## WHAT THE TASK ASKS
How many lines of these entries hold the string "SweptSolid"? Answer with the number alone.

## EXTRACTED MATERIAL
◆ ◆ ◆ ◆
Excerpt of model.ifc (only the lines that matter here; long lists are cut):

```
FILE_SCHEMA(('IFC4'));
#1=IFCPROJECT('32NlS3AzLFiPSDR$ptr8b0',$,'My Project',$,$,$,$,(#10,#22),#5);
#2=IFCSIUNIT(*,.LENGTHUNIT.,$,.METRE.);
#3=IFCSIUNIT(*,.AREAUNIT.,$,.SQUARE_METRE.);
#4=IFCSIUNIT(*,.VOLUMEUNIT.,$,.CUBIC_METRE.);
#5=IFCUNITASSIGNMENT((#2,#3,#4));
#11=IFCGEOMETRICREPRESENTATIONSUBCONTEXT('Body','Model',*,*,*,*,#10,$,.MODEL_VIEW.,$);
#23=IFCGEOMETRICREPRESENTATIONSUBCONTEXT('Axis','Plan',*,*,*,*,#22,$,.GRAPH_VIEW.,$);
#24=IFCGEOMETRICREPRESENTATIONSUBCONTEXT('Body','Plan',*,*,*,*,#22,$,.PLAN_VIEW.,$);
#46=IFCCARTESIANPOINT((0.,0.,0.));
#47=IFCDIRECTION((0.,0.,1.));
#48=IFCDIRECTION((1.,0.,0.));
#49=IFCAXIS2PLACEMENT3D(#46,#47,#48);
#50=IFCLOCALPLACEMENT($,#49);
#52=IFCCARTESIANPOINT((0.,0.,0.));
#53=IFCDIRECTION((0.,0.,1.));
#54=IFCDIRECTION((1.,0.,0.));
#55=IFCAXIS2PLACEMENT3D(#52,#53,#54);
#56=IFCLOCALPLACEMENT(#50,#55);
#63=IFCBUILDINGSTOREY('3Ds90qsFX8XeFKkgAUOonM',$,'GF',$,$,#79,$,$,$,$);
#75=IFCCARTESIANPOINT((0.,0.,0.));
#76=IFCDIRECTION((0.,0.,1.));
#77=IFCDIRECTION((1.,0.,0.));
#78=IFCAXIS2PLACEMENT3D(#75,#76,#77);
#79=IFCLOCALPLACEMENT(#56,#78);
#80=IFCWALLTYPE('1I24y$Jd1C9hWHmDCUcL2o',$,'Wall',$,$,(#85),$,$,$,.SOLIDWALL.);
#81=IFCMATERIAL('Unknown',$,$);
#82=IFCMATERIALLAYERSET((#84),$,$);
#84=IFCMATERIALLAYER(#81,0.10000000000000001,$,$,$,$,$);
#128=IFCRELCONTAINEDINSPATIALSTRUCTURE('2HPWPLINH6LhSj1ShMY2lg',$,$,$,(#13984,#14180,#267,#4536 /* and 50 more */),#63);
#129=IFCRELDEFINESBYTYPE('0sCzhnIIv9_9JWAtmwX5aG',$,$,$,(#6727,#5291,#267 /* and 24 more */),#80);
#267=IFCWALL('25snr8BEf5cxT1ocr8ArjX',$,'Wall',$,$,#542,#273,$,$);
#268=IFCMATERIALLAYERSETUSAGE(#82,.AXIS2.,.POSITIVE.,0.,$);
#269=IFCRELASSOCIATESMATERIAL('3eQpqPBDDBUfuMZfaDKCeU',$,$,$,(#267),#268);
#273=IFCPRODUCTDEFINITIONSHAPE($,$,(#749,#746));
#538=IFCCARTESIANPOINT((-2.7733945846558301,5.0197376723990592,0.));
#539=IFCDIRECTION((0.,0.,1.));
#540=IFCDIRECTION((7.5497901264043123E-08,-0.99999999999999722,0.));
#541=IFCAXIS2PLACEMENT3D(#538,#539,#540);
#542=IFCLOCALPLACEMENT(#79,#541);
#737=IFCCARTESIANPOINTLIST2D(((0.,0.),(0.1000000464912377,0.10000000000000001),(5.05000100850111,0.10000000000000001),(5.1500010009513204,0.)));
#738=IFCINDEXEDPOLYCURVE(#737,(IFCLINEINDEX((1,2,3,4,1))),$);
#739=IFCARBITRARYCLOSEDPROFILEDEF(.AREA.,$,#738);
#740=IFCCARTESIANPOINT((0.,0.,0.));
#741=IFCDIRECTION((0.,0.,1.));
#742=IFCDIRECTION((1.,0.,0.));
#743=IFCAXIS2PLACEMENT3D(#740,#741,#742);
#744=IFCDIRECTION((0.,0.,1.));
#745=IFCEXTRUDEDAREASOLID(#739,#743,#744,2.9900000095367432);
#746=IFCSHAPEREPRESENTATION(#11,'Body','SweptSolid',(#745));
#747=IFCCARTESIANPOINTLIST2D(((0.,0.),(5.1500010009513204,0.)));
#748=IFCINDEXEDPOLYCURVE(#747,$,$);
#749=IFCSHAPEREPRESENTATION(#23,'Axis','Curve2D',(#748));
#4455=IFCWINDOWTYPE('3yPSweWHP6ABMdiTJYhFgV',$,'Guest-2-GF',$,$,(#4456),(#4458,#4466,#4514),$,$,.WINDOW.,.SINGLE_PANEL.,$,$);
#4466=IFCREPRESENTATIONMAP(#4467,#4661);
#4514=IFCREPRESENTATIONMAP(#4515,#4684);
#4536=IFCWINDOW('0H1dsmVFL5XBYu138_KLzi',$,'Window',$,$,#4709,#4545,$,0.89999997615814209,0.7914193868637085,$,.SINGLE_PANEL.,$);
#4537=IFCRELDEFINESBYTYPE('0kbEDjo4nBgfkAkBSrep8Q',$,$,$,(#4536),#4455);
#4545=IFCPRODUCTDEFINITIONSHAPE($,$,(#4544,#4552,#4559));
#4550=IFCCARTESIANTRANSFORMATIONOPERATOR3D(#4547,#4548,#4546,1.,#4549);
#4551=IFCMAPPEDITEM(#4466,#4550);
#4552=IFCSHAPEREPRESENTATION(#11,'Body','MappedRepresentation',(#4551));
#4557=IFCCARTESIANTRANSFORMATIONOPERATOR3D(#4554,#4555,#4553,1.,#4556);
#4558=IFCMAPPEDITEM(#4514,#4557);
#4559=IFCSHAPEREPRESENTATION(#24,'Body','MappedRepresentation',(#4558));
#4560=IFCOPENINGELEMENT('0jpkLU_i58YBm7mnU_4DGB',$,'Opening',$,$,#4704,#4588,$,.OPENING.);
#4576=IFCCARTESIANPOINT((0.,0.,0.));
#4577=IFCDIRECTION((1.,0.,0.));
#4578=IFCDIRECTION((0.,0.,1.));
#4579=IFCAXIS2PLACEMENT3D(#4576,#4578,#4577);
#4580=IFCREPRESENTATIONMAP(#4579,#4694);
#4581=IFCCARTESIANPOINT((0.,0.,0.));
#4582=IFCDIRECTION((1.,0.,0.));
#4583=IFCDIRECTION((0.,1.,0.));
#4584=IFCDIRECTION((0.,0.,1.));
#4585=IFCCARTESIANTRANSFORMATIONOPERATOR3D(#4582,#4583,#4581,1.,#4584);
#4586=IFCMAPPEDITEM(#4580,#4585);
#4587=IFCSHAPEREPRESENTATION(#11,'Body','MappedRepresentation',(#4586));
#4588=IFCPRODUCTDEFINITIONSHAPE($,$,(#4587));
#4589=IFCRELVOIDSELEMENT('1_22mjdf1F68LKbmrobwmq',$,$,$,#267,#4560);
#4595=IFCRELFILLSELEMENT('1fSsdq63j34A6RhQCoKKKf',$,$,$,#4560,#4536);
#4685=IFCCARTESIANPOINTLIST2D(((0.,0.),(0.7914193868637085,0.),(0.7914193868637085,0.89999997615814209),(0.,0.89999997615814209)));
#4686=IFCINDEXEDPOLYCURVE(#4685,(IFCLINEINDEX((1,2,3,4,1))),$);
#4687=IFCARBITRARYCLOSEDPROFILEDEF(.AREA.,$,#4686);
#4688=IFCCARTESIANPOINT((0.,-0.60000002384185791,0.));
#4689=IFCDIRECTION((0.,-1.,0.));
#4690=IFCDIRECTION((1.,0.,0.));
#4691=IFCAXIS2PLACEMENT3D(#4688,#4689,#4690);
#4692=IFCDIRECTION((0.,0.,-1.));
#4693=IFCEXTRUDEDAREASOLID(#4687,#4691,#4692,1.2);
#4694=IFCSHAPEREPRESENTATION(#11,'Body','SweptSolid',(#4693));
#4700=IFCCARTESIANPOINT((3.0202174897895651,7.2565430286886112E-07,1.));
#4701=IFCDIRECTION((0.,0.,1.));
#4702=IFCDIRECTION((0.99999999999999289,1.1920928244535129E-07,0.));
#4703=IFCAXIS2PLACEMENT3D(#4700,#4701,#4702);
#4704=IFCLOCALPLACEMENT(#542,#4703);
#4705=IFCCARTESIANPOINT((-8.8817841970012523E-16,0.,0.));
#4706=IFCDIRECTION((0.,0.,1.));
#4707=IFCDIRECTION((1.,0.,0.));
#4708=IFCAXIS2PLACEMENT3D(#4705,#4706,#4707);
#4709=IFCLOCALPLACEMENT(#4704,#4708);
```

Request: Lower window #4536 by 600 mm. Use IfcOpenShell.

```python
import numpy as np
import ifcopenshell
import ifcopenshell.api.geometry
import ifcopenshell.util.placement
import ifcopenshell.util.unit

model = ifcopenshell.open("model.ifc")
unit_scale = ifcopenshell.util.unit.calculate_unit_scale(model)

window = model.by_guid("0H1dsmVFL5XBYu138_KLzi")
opening = window.FillsVoids[0].RelatingOpeningElement
dz = -0.6 / unit_scale

shift = np.array([0.0, 0.0, dz])
# The window is placed relative to its opening, so it follows when the opening moves.
matrix = ifcopenshell.util.placement.get_local_placement(opening.ObjectPlacement)
matrix[:3, 3] += shift
ifcopenshell.api.geometry.edit_object_placement(
    model, product=opening, matrix=matrix, is_si=False, should_transform_children=True
)

print(f"moved by {dz * unit_scale:+.3f} m")

model.write("model_v2.ifc")
```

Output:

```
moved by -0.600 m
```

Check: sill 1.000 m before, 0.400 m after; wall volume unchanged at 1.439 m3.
◆ ◆ ◆ ◆
## OUTPUT OF THE EXERCISE
2